Small dragon orchid
- Conservation status: Endangered (EPBC Act)

Scientific classification
- Kingdom: Plantae
- Clade: Tracheophytes
- Clade: Angiosperms
- Clade: Monocots
- Order: Asparagales
- Family: Orchidaceae
- Subfamily: Orchidoideae
- Tribe: Diurideae
- Genus: Caladenia
- Species: C. barbarella
- Binomial name: Caladenia barbarella Hopper & A.P.Br.

= Caladenia barbarella =

- Genus: Caladenia
- Species: barbarella
- Authority: Hopper & A.P.Br.
- Conservation status: EN

Species of orchid

Caladenia barbarella, commonly known as the small dragon orchid, is a plant in the orchid family Orchidaceae and is endemic to the south-west of Western Australia. It has a single broad, hairy leaf held close to the ground and a single greenish-yellow and red flower. It is only known from a small area near the Murchison River.

==Description==
Caladenia barbarella is a terrestrial, perennial, deciduous, herb with an underground tuber and a single ground-hugging, broad, hairy leaf 3-8 cm long and 3-7 mm wide. The single flower is borne on a stem 8-25 cm tall and is greenish-yellow with red stripes and 2 cm wide and long. The lateral sepals and petals are short and hang downwards. The labellum is densely hairy and has a large dark red gland at its highest point. It also has many long purple hairs that are thought to attract pollinators. Flowering occurs in late August and September.

==Taxonomy and naming==
Caladenia barbarella was first formally described by Stephen Hopper and Andrew Brown in 2001 from a specimen collected in the Cooloomia Nature Reserve near the Murchison river and the description was published in Nuytsia. The specific epithet (barbarella) is a diminutive form of the Latin word barba, hence meaning "a small beard", but also alludes to a comparison of the sexual deception of this orchid to its male insect pollinators, and the French comic-book character Barbarella.

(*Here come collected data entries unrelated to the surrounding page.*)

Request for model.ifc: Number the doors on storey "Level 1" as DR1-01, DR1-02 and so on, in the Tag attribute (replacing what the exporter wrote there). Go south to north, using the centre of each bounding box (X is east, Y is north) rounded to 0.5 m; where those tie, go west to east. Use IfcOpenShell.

First a look at what the model holds.

```python
import ifcopenshell
import ifcopenshell.util.element
import ifcopenshell.util.placement

model = ifcopenshell.open("model.ifc")
print(model.schema)
storey = next(s for s in model.by_type("IfcBuildingStorey") if s.Name == "Level 1")
doors = [e for e in ifcopenshell.util.element.get_decomposition(storey) if e.is_a("IfcDoor")]
for e in sorted(doors, key=lambda e: e.id()):
    origin = ifcopenshell.util.placement.get_local_placement(e.ObjectPlacement)[:3, 3]
    print(e.id(), e.Tag, e.Name, origin.round(2) + 0.0, sep=" | ")
```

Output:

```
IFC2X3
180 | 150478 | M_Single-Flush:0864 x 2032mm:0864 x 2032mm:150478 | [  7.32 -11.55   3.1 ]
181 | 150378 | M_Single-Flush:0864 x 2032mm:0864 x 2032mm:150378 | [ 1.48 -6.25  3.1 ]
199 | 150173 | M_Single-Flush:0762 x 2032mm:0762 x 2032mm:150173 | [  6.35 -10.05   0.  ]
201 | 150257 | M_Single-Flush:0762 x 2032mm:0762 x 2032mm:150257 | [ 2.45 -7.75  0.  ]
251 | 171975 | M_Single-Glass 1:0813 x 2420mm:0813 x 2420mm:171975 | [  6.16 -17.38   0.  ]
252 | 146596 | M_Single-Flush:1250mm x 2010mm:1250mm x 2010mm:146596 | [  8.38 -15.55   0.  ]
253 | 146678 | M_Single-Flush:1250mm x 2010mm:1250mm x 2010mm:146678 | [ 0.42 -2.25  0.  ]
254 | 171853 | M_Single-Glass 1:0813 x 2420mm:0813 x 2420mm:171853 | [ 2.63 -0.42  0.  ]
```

```python
import ifcopenshell
import ifcopenshell.geom
import ifcopenshell.util.element
import ifcopenshell.util.shape

model = ifcopenshell.open("model.ifc")
settings = ifcopenshell.geom.settings()
settings.set("use-world-coords", True)


def centre(element):
    shape = ifcopenshell.geom.create_shape(settings, element)
    return ifcopenshell.util.shape.get_bbox_centroid(shape.geometry)


storey = next(s for s in model.by_type("IfcBuildingStorey") if s.Name == "Level 1")
doors = [e for e in ifcopenshell.util.element.get_decomposition(storey) if e.is_a("IfcDoor")]

# Insertion points can sit at a corner or the storey origin, so sort by the geometry (in metres).
centres = {e: centre(e) for e in doors}
doors.sort(key=lambda e: (round(centres[e][1] / 0.5), centres[e][0]))

for i, e in enumerate(doors, start=1):
    number = f"DR1-{i:02d}"
    e.Tag = number
    print(e.id(), number)

model.write("model_edited.ifc")
```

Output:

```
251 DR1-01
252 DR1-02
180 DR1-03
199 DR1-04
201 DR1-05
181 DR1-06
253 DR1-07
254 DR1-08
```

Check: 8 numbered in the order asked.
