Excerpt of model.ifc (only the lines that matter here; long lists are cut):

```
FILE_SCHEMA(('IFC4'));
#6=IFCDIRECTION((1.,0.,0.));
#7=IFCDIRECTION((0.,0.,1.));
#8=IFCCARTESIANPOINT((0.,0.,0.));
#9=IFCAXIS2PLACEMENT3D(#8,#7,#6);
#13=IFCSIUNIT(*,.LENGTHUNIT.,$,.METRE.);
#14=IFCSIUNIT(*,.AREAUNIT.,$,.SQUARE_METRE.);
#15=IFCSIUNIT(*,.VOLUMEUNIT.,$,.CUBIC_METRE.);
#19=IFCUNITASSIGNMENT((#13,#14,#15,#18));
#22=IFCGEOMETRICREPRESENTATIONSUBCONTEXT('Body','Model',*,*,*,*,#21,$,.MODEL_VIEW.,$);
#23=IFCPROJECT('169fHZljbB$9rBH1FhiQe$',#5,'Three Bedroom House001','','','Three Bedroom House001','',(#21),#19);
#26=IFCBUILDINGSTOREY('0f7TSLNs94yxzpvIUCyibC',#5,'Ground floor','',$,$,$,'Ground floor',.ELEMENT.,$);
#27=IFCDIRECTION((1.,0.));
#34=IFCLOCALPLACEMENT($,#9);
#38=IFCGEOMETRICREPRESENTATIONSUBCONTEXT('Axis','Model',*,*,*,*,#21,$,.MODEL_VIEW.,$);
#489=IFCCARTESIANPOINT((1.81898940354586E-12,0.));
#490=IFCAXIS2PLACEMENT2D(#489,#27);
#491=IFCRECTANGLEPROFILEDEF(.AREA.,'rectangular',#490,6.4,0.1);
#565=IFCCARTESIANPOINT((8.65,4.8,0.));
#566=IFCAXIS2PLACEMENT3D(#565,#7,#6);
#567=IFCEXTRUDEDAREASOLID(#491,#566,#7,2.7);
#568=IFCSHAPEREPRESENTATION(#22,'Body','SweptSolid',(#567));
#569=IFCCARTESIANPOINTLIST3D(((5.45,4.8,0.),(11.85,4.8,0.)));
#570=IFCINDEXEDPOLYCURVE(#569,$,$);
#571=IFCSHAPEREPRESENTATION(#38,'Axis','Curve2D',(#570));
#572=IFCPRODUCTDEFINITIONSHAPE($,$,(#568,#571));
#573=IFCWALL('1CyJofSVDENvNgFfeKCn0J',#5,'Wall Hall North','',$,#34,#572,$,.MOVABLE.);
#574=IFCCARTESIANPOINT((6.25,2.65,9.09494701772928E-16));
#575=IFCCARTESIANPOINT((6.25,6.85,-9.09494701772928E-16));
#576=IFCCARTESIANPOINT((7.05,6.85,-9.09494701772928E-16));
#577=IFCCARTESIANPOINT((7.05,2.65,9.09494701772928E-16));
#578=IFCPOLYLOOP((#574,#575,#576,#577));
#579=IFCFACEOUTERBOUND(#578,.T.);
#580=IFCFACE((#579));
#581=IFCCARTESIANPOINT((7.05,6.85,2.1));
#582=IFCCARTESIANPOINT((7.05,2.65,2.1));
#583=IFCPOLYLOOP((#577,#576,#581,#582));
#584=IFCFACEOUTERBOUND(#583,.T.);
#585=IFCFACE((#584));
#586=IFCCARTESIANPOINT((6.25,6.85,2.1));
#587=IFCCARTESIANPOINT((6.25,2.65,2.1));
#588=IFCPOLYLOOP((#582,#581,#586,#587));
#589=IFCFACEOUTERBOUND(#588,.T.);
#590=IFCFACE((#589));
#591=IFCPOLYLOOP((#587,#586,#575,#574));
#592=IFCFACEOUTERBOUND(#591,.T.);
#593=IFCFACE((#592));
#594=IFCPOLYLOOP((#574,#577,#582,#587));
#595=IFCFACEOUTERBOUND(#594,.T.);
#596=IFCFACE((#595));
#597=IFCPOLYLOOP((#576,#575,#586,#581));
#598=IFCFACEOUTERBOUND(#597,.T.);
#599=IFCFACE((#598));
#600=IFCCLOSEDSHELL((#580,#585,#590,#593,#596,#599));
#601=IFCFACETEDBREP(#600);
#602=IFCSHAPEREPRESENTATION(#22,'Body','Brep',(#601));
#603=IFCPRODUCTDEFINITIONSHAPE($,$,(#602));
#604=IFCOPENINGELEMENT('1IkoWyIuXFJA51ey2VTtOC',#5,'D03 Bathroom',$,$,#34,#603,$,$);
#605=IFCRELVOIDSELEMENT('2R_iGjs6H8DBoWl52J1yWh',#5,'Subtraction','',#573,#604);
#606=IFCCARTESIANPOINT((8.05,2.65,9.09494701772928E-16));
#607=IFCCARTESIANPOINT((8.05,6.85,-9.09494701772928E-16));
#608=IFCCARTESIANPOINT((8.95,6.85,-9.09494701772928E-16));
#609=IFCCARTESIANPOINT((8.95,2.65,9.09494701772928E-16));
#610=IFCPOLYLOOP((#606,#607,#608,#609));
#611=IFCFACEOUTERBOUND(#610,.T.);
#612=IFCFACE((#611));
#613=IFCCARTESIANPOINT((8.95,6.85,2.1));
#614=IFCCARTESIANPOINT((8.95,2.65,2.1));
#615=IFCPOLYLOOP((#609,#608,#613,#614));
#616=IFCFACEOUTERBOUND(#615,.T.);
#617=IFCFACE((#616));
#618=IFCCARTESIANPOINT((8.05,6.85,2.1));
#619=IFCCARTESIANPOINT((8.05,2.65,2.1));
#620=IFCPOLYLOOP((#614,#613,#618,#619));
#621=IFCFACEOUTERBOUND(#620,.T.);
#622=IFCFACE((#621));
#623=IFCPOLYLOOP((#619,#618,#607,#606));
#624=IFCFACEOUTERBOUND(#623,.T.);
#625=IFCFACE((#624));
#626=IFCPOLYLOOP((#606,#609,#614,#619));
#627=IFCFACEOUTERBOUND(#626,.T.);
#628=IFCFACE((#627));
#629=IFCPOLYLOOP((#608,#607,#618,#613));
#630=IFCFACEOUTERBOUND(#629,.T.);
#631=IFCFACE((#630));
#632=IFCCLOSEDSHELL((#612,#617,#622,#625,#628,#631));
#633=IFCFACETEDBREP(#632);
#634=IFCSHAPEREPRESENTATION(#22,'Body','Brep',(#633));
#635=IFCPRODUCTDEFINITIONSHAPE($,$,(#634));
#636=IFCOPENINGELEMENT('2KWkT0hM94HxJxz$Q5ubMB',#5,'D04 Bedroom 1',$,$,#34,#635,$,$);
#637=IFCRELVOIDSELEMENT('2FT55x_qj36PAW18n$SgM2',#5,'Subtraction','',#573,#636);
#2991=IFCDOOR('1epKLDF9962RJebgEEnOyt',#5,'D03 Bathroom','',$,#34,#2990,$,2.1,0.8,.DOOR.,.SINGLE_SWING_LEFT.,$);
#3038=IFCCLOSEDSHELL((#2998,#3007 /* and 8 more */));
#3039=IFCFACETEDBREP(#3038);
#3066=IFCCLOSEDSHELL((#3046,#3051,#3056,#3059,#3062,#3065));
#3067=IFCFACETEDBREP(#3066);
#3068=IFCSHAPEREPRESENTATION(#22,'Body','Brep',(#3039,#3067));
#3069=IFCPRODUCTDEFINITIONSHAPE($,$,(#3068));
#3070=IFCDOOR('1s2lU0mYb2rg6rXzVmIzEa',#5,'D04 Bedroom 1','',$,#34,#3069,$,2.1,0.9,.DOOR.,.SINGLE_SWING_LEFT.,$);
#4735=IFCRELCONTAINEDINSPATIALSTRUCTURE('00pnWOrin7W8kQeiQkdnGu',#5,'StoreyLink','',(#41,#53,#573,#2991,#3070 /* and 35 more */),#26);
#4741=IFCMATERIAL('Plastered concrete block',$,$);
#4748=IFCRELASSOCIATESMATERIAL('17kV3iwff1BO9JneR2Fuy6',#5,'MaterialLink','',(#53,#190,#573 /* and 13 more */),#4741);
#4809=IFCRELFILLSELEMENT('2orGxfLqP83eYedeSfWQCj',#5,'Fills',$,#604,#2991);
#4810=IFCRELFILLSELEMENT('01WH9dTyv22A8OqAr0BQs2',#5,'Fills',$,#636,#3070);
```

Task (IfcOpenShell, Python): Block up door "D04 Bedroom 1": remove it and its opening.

```python
import ifcopenshell
import ifcopenshell.api.feature
import ifcopenshell.api.root
import ifcopenshell.geom
import ifcopenshell.util.shape

model = ifcopenshell.open("model.ifc")
settings = ifcopenshell.geom.settings()


def volume(element):
    """Net volume in cubic metres, openings subtracted."""
    shape = ifcopenshell.geom.create_shape(settings, element)
    return ifcopenshell.util.shape.get_volume(shape.geometry)


door = model.by_guid("1s2lU0mYb2rg6rXzVmIzEa")
opening = door.FillsVoids[0].RelatingOpeningElement
wall = opening.VoidsElements[0].RelatingBuildingElement
before = volume(wall)

ifcopenshell.api.root.remove_product(model, product=door)
ifcopenshell.api.feature.remove_feature(model, feature=opening)

after = volume(wall)

print(f"wall volume {before:.3f} -> {after:.3f} m3")

model.write("model_rev.ifc")
```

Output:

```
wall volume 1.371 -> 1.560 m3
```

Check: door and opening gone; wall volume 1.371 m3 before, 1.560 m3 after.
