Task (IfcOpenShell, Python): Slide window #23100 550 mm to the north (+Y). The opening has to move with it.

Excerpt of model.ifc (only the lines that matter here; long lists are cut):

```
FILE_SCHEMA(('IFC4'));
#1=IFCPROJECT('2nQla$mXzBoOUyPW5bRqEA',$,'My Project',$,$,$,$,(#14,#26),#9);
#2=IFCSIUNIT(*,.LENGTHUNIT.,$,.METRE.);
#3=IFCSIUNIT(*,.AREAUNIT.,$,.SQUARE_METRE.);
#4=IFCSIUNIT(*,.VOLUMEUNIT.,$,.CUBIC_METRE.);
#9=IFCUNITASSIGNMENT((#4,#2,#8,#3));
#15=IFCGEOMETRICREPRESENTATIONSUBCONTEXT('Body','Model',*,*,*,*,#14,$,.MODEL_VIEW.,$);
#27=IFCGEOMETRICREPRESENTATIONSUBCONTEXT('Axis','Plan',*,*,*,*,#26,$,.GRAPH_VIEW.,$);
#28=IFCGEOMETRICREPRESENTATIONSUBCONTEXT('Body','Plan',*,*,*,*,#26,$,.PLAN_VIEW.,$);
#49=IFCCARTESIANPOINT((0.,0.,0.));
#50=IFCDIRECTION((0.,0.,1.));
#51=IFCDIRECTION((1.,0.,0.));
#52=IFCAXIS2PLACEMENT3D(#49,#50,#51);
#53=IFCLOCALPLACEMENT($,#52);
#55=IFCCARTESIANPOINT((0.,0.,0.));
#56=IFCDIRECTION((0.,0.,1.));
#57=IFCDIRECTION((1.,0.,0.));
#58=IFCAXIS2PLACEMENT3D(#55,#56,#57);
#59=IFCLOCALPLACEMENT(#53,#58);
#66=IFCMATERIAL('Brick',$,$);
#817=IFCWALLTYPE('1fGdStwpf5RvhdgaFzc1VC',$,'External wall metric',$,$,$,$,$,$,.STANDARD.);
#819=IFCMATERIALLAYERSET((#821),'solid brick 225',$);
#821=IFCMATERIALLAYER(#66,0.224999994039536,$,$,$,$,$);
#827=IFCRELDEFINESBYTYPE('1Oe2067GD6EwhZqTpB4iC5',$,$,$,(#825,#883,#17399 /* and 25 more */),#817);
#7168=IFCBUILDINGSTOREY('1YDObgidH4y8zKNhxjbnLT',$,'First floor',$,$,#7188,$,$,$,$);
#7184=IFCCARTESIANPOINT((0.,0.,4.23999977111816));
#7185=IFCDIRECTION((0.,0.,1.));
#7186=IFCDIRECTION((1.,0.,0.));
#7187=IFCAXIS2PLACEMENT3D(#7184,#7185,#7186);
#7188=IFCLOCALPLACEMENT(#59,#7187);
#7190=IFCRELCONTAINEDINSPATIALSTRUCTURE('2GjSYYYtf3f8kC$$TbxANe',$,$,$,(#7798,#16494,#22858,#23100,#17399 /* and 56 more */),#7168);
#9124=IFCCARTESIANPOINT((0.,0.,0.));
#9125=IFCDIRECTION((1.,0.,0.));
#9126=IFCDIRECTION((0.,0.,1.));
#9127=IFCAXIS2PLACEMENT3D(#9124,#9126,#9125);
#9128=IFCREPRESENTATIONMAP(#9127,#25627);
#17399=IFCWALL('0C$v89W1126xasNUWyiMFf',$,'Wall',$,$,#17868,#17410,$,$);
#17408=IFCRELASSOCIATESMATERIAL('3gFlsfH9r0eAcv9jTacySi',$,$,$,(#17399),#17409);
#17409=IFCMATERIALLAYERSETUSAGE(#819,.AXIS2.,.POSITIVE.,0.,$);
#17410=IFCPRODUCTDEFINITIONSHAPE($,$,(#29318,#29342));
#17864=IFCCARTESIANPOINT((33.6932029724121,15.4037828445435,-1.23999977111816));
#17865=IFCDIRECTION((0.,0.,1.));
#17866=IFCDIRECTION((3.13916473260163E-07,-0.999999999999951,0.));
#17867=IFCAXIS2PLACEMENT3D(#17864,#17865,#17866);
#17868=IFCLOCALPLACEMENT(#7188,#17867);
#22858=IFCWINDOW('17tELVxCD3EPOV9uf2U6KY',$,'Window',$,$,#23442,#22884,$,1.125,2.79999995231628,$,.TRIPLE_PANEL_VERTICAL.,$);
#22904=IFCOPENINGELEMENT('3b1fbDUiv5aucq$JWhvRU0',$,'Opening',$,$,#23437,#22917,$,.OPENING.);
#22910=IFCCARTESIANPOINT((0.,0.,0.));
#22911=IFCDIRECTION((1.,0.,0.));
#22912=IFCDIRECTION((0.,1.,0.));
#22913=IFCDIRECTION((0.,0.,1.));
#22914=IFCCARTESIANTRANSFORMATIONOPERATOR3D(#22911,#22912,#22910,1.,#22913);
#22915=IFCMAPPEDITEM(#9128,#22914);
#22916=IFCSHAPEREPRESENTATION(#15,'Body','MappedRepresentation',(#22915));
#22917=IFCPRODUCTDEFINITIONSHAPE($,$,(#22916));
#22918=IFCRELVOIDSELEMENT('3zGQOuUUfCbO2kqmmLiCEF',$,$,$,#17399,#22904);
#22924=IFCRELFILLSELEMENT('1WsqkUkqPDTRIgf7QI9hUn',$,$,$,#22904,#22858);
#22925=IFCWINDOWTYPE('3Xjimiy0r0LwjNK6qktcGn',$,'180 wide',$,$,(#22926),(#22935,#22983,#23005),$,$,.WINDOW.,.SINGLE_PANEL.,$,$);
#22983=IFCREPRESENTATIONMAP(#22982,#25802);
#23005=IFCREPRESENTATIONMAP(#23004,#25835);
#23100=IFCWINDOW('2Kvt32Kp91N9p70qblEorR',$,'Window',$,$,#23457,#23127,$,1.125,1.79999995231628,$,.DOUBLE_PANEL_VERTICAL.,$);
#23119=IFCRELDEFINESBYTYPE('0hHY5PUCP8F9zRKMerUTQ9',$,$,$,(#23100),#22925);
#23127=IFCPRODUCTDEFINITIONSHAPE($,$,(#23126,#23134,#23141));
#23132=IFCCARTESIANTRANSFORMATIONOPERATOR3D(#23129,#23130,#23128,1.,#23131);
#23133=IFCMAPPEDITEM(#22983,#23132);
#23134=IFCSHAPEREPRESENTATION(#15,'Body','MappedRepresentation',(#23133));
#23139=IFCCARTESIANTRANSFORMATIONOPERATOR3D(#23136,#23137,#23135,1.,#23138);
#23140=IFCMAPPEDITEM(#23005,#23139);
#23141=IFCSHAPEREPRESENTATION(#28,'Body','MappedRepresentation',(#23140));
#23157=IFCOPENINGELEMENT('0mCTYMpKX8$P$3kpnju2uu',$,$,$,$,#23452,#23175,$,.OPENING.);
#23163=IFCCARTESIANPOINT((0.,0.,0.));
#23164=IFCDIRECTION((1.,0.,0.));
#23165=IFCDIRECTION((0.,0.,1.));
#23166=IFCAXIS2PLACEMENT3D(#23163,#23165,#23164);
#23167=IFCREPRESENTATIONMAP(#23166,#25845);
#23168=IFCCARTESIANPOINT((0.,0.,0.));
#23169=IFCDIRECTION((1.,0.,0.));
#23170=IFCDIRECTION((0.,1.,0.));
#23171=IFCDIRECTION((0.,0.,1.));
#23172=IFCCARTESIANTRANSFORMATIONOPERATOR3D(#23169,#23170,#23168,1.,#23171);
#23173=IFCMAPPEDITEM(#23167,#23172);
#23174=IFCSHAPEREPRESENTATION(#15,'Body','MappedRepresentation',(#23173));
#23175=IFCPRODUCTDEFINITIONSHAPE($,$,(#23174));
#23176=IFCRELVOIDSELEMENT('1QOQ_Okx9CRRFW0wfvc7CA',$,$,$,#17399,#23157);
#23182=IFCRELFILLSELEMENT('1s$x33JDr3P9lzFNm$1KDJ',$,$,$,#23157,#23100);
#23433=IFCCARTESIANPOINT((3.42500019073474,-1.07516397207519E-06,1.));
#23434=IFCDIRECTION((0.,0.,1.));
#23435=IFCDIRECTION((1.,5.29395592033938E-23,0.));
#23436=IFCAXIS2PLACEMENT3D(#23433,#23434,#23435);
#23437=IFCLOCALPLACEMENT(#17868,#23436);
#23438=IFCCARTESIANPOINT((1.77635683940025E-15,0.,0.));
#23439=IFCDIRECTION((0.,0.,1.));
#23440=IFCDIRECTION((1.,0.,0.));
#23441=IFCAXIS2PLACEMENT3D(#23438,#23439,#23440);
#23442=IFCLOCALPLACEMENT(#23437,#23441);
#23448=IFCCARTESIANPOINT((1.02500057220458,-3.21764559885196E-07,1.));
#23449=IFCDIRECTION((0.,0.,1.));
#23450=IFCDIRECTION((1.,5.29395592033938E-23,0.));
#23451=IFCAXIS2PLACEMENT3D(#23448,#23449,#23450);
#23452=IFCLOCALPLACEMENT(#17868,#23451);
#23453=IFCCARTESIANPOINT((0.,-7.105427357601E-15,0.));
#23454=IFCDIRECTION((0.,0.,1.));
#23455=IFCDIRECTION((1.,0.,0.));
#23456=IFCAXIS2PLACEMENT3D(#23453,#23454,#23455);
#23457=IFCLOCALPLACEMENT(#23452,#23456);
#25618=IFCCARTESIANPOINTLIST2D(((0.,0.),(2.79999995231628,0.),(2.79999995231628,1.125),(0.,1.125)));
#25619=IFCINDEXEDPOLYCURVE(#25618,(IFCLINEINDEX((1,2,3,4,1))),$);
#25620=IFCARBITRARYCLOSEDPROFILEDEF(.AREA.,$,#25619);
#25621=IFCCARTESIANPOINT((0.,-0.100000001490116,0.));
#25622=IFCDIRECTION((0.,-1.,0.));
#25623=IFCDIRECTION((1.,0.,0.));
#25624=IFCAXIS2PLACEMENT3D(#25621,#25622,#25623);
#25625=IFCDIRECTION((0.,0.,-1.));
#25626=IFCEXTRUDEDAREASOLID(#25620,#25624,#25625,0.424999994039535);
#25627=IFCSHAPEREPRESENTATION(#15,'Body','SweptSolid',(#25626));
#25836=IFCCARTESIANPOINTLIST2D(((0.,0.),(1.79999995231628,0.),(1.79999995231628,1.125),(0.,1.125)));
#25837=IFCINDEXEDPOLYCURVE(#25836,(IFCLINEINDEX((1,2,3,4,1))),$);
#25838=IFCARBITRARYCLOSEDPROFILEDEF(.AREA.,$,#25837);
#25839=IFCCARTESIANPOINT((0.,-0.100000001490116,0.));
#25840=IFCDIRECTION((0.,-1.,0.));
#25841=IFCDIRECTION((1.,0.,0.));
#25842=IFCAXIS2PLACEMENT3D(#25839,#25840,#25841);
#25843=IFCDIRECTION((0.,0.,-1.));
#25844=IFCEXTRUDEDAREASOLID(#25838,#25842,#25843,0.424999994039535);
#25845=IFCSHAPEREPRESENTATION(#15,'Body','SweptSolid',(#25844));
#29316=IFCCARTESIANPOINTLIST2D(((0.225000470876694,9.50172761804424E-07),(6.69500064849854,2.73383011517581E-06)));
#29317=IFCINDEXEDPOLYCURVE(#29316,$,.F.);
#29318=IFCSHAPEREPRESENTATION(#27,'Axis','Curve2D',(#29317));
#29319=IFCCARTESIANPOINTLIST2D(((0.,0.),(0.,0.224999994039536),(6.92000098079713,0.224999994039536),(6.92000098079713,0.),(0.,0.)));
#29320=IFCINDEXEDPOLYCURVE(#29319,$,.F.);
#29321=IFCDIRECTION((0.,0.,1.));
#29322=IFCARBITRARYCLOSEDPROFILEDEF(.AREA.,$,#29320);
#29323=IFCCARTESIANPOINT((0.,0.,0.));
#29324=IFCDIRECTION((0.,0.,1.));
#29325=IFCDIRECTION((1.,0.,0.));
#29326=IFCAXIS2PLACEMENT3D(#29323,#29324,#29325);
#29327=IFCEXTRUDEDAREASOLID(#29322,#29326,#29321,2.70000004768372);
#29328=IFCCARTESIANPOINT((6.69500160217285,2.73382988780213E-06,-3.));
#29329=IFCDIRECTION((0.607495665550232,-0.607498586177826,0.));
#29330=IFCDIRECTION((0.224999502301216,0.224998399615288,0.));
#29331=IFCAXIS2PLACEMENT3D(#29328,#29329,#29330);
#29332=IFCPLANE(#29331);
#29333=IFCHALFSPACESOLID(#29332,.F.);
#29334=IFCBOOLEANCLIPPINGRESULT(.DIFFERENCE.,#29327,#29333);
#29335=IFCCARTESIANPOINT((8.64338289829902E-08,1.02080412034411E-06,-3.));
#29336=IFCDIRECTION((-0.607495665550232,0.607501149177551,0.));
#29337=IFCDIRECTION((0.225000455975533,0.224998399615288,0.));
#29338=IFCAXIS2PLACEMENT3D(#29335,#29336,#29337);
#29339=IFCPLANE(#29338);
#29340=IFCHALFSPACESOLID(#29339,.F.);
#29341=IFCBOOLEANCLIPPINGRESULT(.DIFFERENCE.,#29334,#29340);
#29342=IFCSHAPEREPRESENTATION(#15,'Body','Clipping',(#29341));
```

```python
import ifcopenshell
import ifcopenshell.api.geometry
import ifcopenshell.util.placement
import ifcopenshell.util.unit

model = ifcopenshell.open("model.ifc")
unit_scale = ifcopenshell.util.unit.calculate_unit_scale(model)

window = model.by_id(23100)
opening = window.FillsVoids[0].RelatingOpeningElement
wall = opening.VoidsElements[0].RelatingBuildingElement

wall_matrix = ifcopenshell.util.placement.get_local_placement(wall.ObjectPlacement)
shift = wall_matrix[:3, 0] * -0.55 / unit_scale
before = ifcopenshell.util.placement.get_local_placement(window.ObjectPlacement)[:3, 3].copy()

# The window is placed relative to its opening, so it follows when the opening moves.
matrix = ifcopenshell.util.placement.get_local_placement(opening.ObjectPlacement)
matrix[:3, 3] += shift
ifcopenshell.api.geometry.edit_object_placement(
    model, product=opening, matrix=matrix, is_si=False, should_transform_children=True
)

after = ifcopenshell.util.placement.get_local_placement(window.ObjectPlacement)[:3, 3]
print("window moved by", (after - before).round(3) + 0.0)

model.write("model_v2.ifc")
```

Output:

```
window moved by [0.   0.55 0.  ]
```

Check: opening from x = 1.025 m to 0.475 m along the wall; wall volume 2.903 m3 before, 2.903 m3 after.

==Distribution and habitat==
Small dragon orchid is known from fourteen populations east and north-east of Kalbarri in the Geraldton Sandplains biogeographic region where it grows under low shrubs in areas that are inundated in winter.

==Conservation==
Caladenia barbarella is classified as "Threatened Flora (Declared Rare Flora — Extant)" by the Western Australian Government Department of Parks and Wildlife and it has also been listed as "Endangered" (EN) under the Australian Government Environment Protection and Biodiversity Conservation Act 1999 (EPBC Act).